In light of all of this it seems illogical that we would live through the worst pandemic in human history.


I have seen a lot of discussion about rights but responsibilities have been skirted. The responsibility to wear a mask, the responsibility to keep human to human interactions to a minimum, the responsibility to avoid people rather than expect them to make the effort to be safe.


The self-sacrifice of not going on holiday, the self-sacrifice of not going to sit in a park half a meter from others…


With everything that society, as a whole knows, it is a shame that the pandemic coalesced into such a serious problem because we had the tools and knowledge to ensure that it would be dealt with as swiftly as the epidemics we have already lived through, in our own lifetimes.


At its core Switzerland, until the 21st of June Switzerland was doing everything right, and to a serious degree it is still doing the right thing, with the number of ventilated people being at zero and the number of serious cases also dropping.

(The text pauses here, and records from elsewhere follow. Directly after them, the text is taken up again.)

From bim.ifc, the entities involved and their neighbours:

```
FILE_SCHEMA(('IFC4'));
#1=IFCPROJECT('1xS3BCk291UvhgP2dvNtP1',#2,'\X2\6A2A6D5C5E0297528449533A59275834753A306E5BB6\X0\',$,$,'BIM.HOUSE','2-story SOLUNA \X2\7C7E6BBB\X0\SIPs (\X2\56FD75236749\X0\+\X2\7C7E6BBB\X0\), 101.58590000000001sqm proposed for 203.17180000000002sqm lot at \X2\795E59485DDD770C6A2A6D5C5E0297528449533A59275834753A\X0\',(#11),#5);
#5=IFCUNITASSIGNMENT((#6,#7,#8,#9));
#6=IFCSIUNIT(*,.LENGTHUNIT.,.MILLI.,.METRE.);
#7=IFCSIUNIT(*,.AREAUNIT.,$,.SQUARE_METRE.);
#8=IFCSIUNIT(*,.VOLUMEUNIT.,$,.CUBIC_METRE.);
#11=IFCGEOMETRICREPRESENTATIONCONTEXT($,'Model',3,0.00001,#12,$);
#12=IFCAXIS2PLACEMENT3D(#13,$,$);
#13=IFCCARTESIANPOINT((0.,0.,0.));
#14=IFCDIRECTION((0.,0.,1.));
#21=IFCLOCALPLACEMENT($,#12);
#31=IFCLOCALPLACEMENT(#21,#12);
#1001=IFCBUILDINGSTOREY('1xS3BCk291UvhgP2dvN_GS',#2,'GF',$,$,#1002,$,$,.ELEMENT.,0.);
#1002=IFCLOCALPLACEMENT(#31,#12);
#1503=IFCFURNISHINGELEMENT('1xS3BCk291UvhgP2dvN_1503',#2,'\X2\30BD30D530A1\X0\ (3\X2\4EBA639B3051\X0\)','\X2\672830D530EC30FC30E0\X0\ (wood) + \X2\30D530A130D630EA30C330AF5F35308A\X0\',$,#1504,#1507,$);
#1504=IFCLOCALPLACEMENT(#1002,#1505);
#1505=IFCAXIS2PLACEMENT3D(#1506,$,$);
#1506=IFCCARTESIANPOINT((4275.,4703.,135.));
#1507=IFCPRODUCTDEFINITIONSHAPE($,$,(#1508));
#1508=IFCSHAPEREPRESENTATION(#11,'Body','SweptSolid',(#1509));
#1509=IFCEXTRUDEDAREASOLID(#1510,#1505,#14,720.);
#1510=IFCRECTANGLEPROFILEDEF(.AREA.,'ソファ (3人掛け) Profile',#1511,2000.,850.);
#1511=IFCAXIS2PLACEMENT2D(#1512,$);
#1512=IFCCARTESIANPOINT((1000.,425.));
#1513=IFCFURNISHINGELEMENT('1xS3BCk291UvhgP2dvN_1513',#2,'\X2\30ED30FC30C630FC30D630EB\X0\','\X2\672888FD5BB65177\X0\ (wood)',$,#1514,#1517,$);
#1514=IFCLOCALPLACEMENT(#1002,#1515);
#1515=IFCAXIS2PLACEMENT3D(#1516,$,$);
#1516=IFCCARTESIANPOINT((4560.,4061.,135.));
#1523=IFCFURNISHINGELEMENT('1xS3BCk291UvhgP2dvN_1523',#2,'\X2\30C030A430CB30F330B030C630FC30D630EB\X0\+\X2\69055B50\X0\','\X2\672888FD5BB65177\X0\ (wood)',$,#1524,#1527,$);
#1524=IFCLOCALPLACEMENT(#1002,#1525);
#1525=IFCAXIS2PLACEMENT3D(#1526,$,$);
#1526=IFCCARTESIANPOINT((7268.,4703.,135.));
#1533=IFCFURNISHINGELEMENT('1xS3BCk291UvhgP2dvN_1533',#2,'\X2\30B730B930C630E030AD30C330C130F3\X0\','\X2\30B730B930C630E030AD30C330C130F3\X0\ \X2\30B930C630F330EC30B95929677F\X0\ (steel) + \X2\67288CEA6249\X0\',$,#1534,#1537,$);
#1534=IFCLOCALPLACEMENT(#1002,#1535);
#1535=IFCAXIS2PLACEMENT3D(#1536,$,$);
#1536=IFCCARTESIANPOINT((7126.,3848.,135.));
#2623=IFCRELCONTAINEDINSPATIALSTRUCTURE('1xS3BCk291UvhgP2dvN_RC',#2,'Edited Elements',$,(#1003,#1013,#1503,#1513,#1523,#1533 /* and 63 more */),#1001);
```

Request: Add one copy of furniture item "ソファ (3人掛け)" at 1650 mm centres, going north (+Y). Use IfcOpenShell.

```python
import numpy as np
import ifcopenshell
import ifcopenshell.api.geometry
import ifcopenshell.api.root
import ifcopenshell.util.element
import ifcopenshell.util.placement

model = ifcopenshell.open("bim.ifc")


def reuse_history(source, copy):
    """copy_class also copies each property set's owner history, people and application; keep the originals."""
    for rel in copy.IsDefinedBy:
        if rel.is_a("IfcRelDefinesByProperties") and (history := rel.RelatingPropertyDefinition.OwnerHistory):
            rel.RelatingPropertyDefinition.OwnerHistory = source.OwnerHistory
            ifcopenshell.util.element.remove_deep2(model, history)


source = model.by_guid("1xS3BCk291UvhgP2dvN_1503")
base = ifcopenshell.util.placement.get_local_placement(source.ObjectPlacement)
step = np.array([0.0, 1.0, 0.0]) * 1650.0

for i in range(1, 2):
    copy = ifcopenshell.api.root.copy_class(model, product=source)
    copy.Representation = ifcopenshell.util.element.copy_deep(
        model, source.Representation, exclude=["IfcGeometricRepresentationContext", "IfcRepresentationMap"]
    )
    reuse_history(source, copy)
    matrix = base.copy()
    matrix[:3, 3] += i * step
    print("added at", matrix[:3, 3].round(3) + 0.0)
    ifcopenshell.api.geometry.edit_object_placement(model, product=copy, matrix=matrix, is_si=False)

model.write("bim-out.ifc")
```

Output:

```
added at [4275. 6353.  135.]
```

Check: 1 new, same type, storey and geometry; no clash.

At it’s core my only issue is with having a third summer with limited opportunities to meet new people. As long as the pandemic is around it seems more logical to give in, and use dating apps, to meet new people, instead.


The Up-Skilling opportunity.


A few weeks ago I sad that I would try to create my own WordPress theme, but I overshot that goal by learning CSS and redesigning my entire website. I have learned to create a CMS from scratch using PHP and MySQL. Now I’m learning Ruby On Rails and it’s going well. Ruby on Rails looks like an intuitive framework to work with. I’m working on changing my career path.